Caso Marra-Scarpellini: 25 maggio il processo

Giudizio immediato per Raffaele Marra, l’ex “braccio destro” di Virginia Raggi, e l’immobiliarista Sergio Scarpellini: è quanto ha disposto il giudice per le indagini preliminari Paola Tommaselli dando seguito alle richieste del pubblico ministero Barbara Zuin e del procuratore aggiunto Paolo Ielo. Non ci sarà dunque l’udienza preliminare e sarà presso la seconda sezione del Tribunale di Roma dove si celebrerà il processo per una vicenda che è esplosa lo scorso 16 dicembre, quando furono arrestati l’ex capo del personale del Campidoglio e il costruttore romano .

E’ per corruzione che andranno a giudizio entrambi: secondo l’accusa Marra (tuttora in carcere) avrebbe ricevuto “nell’esercizio dei suoi poteri e delle funzioni inerenti agli incarichi” da parte dell’immobiliarista Scarpellini (ora ai domiciliari) un assegno da 367mila euro per acquistare l’immobile Enasarco che si trova a Via dei Prati Fiscali ed intestata alla moglie dell’ex funzionario comunale.

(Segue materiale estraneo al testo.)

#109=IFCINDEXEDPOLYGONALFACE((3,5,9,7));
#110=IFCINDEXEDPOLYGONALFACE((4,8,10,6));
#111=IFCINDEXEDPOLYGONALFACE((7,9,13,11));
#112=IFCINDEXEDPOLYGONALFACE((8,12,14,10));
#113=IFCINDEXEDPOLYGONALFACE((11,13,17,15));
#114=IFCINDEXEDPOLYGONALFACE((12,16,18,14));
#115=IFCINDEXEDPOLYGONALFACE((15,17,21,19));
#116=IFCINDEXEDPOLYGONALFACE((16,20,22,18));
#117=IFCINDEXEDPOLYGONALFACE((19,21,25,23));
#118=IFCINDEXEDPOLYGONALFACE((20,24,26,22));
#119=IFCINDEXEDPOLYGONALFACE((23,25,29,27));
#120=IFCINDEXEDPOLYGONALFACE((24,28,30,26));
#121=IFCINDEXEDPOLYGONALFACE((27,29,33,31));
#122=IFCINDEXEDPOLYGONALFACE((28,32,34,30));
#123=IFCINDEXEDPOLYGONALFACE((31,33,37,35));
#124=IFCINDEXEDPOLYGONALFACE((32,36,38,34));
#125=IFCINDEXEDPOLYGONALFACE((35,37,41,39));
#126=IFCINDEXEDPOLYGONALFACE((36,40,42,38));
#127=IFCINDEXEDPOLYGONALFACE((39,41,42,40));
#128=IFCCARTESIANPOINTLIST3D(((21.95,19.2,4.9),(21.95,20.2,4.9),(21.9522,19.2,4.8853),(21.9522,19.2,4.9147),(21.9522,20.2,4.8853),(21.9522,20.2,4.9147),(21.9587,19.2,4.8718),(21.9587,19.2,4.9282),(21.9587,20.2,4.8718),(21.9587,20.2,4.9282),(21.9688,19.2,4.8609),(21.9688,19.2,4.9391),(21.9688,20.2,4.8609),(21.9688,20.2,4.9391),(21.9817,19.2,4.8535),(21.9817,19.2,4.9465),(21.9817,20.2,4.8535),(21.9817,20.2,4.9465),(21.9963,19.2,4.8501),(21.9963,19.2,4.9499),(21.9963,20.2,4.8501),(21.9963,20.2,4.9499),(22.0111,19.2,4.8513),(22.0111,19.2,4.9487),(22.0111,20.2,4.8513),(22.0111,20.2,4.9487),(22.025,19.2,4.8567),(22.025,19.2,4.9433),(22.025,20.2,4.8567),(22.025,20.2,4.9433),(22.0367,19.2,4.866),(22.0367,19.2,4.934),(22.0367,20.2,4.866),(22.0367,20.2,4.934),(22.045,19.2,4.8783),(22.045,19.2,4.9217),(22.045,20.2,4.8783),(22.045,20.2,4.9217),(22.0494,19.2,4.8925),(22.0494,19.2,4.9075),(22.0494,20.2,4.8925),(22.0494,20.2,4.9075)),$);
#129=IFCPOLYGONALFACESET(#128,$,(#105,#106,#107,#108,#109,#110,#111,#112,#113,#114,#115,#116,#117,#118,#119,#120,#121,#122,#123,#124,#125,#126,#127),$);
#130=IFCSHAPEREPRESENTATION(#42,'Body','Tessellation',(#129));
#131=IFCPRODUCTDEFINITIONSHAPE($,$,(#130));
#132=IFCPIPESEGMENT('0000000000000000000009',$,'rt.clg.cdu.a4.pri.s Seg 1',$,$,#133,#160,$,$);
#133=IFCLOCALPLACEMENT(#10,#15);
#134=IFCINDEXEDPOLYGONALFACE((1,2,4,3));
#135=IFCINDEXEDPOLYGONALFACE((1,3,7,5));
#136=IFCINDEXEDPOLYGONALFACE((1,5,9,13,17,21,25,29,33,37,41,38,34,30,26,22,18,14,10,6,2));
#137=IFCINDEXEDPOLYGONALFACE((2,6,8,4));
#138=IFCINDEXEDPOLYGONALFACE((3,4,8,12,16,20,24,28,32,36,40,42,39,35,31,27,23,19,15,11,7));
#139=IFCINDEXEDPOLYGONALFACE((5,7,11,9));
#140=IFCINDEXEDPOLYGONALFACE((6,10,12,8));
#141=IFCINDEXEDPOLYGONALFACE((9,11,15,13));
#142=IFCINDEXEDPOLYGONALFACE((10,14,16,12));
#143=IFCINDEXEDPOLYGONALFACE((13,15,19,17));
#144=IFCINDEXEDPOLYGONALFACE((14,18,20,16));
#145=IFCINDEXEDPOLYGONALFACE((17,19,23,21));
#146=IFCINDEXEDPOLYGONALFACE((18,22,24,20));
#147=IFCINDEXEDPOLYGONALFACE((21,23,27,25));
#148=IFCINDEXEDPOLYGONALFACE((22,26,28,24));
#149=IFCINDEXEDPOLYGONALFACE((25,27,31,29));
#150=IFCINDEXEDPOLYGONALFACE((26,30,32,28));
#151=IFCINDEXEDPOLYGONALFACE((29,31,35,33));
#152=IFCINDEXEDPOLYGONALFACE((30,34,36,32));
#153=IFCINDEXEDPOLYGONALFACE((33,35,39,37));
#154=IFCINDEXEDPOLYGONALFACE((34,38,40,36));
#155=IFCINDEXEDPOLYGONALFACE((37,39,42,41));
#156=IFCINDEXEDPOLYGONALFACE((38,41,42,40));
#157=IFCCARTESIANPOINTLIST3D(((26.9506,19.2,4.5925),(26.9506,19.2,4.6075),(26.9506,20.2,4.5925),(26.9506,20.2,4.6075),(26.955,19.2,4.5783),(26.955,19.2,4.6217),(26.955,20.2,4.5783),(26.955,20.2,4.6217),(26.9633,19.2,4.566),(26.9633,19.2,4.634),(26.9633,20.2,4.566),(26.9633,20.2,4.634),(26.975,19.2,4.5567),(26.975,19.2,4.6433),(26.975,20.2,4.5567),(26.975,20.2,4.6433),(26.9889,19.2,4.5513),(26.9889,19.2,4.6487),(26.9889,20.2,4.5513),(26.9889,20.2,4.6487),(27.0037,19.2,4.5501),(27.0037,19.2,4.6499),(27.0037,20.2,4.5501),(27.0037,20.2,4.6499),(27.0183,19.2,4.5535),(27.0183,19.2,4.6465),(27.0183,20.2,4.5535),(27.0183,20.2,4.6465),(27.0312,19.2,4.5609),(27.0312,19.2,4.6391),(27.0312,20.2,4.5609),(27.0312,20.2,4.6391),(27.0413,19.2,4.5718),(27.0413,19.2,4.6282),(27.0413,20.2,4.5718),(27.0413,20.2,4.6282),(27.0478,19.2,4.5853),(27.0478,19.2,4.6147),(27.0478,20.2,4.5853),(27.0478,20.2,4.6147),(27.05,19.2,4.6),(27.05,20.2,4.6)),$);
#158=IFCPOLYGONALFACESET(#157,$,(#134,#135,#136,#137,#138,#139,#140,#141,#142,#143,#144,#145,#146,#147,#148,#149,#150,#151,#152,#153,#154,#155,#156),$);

Per gli inquirenti tale somma di denaro aveva lo scopo di ottenere da quello che la sindaca Raggi definì successivamente all’arresto “uno dei 23mila dipendenti del Campidoglio” dei favori, in ragione del ruolo che occupava Marra nel giugno 2013 in quanto Direttore del Dipartimento “Partecipazioni e controllo” del Comune.

A confermare questa ipotesi, secondo i pm, sono state le dichiarazioni rilasciate ai magistrati dallo stesso Scarpellini, che nei suoi interrogatori ha anche parlato di favori e regali a diversi funzionari e rappresentanti di Camera e Senato:”Non volevo mettermi contro una persona [Marra, ndr.] che può farti male, me lo facevo nemico se gli dicevo di no…a Roma si sapeva che era una personalità“.

Riguardo ai due imputati, non ha convinto la tesi difensiva secondo la quale quei 367mila euro erano solo la restituzione di un prestito. Per i fatti contestati, tuttavia, Marra si è avvalso la facoltà di non rispondere agli inquirenti.

L’ex “uomo ombra” di Virginia Raggi, oltre al processo per corruzione che si terrà tra qualche mese, ha un’indagine aperta per abuso di ufficio: insieme a lei la sindaca di Roma, accusata anche di falso in atto pubblico per la nomina. Oggetto dell’inchiesta è la nomina di Renato Marra, fratello dell’ex capo delle risorse umane del Campidoglio, come direttore del Dipartimento Turismo del Comune.

Infine, continuano le verifiche patrimoniali da parte dei carabinieri rispetto a una casa acquistata dall’ex vicecapo di gabinetto comunale a Malta per 300 mila euro senza aver acceso alcun mutuo.